We grow, outgrow, change identities and dreams. And yet, we still expect to have our lives figured out by age 20, 30, 4o, 50,…
Like clockwork, every ten years I find myself at the same crossroad, where I must choose between the safe path or the crazy path of my wildly-beating heart. Nine times out of ten, my heart addiction wins and the only certain path is uncertainty.
Like everything, I weigh the pros and cons of where I’m at in my life versus what I want. My pendulum shifts– Move abroad or stay in the United States? Fight for an old career or get a new one? Gamble on myself to win or play it safe?
Sometimes, discomfort is necessary to propel you forward.
When life shuts you down in all directions, you begin to look at solutions you might never have thought to try.
A river’s flow doesn’t stop just because it hits a wall. On the contrary, it goes over it or around it, finding crevices and cracks to continue its journey.

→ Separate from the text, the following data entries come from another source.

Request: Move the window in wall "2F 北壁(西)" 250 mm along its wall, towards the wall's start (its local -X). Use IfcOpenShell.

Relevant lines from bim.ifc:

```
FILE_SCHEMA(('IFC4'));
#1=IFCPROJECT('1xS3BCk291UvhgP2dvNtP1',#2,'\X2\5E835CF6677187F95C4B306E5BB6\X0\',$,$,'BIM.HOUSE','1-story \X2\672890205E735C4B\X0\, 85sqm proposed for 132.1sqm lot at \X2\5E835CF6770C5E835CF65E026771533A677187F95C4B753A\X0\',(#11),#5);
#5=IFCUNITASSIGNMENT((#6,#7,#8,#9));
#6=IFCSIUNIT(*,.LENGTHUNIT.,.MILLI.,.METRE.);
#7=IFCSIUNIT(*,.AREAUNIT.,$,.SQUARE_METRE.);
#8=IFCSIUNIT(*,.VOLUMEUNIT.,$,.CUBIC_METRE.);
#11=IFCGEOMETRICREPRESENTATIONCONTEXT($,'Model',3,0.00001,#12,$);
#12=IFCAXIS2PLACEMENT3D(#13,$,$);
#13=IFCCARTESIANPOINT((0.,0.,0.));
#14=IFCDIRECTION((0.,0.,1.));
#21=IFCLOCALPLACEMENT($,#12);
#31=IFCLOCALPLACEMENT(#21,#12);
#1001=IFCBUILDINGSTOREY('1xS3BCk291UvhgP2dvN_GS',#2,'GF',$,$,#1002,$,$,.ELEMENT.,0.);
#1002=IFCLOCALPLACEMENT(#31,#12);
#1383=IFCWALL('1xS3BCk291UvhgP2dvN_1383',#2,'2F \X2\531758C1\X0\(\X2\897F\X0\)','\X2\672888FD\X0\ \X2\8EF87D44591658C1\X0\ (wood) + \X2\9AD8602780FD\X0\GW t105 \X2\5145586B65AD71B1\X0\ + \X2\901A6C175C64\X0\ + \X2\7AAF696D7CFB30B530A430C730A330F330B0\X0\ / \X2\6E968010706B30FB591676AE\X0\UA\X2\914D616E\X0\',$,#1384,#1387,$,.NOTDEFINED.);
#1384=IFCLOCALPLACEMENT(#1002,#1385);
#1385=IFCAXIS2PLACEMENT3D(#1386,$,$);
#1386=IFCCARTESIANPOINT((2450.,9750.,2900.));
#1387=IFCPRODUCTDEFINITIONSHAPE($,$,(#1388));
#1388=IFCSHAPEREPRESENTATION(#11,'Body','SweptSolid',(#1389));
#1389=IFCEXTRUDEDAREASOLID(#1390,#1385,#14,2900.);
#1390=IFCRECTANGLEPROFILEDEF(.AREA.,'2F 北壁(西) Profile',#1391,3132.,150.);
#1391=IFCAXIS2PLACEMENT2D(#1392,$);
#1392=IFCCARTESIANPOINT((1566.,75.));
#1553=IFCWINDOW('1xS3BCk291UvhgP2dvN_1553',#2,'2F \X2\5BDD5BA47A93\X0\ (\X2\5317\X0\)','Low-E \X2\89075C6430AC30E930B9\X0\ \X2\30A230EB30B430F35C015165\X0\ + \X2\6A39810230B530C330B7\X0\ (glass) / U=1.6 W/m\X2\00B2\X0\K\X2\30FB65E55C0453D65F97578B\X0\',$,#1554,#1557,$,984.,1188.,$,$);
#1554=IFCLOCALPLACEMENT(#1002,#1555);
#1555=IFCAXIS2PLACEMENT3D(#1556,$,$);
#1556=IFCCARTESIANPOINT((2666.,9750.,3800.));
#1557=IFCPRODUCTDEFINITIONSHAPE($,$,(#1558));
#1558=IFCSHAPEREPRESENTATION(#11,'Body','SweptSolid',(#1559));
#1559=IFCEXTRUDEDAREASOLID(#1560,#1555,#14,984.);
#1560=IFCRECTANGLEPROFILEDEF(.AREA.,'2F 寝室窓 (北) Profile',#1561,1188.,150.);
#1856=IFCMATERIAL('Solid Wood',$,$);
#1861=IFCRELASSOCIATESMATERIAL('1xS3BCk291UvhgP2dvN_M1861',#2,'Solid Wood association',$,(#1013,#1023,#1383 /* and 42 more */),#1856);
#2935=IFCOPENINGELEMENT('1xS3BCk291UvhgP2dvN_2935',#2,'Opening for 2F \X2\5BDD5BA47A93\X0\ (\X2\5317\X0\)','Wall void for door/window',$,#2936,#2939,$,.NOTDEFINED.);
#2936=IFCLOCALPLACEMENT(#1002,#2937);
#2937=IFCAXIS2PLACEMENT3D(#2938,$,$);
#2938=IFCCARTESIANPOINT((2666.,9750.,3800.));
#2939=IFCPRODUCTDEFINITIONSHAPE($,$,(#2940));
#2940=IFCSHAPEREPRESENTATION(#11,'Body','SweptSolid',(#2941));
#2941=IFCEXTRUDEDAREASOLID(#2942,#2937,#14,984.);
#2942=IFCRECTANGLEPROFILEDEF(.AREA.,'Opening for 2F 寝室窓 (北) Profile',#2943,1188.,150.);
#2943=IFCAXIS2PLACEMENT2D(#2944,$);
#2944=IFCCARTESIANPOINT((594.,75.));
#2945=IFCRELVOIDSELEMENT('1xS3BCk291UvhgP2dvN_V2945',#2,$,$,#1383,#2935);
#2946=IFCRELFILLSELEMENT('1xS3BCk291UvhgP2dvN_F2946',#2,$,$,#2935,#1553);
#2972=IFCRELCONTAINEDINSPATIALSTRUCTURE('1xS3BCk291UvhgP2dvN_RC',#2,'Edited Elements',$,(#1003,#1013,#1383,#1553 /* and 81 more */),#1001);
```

```python
import ifcopenshell
import ifcopenshell.api.geometry
import ifcopenshell.util.placement
import ifcopenshell.util.unit

model = ifcopenshell.open("bim.ifc")
unit_scale = ifcopenshell.util.unit.calculate_unit_scale(model)

window = model.by_id(1553)
opening = window.FillsVoids[0].RelatingOpeningElement
wall = opening.VoidsElements[0].RelatingBuildingElement

wall_matrix = ifcopenshell.util.placement.get_local_placement(wall.ObjectPlacement)
shift = wall_matrix[:3, 0] * -0.25 / unit_scale
before = ifcopenshell.util.placement.get_local_placement(window.ObjectPlacement)[:3, 3].copy()

# The window is not placed relative to its opening, so move both.
for product in (opening, window):
    matrix = ifcopenshell.util.placement.get_local_placement(product.ObjectPlacement)
    matrix[:3, 3] += shift
    ifcopenshell.api.geometry.edit_object_placement(model, product=product, matrix=matrix, is_si=False)

after = ifcopenshell.util.placement.get_local_placement(window.ObjectPlacement)[:3, 3]
print("window moved by", (after - before).round(3) + 0.0)

model.write("bim_edited.ifc")
```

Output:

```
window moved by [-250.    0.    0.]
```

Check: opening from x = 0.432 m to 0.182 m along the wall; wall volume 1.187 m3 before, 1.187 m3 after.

Maybe that’s the other definition of ” following your destiny”.
Stubbornly, I want it all- my dreams, simplicity, a career in entertainment, financial growth… and yes, a job that lets me travel. Each part of the pie completes me. Separately, each will leave me less than full.
I long to travel the freedom and ease of an open road, an impromptu itinerary and a place, where not having answers makes sense, amidst foreign stares. I yearn to be lost and nameless, but to be an adventurer, who gains strength in the ability to survive on foot in a huge world.
And yet, I also long for the warmth of chains, to climb high-rise dreams like a mountaineer, to make a name for myself and to experience the challenge of living in western society, where like a gladiator, I gnash and gnarl at things, to test how good I am at getting them … and yes, at 40.
| I love this struggle of life . At the same time, I hate it. |
And that has a silent ring of being my truth.
In my case, who I am is not an “Either / Or” decision. My challenge is to find a comfortable balance for doing all the things I love, while I experience travel and explore the mystery of life around me.
Yes, travel pushed me off course, when I defined my happiness as a single plane ticket to escape the boredom of my life. I wanted it to be a cure-all shell to live in, so I wouldn’t need to deal with choices of how I could make the rest of my life’s needs and passions work. Meanwhile, those passions allow me to see and feel travel in the variety of life forms around me, …in challenges, people I meet and places I visit in order to create a bridge over bi-polar dreams.
It occurs to me now, that I didn’t really fall off my life wagon. I’ve riding on it all along… a traveler of my own life.
I’m putting one step in front of the other, expecting the unexpected and going with the flow.
How about you? Are you longing for a bit of gypsy freedom, which makes your heart beat with the wind; while desiring an ornate bracelet of chains and wedding rings?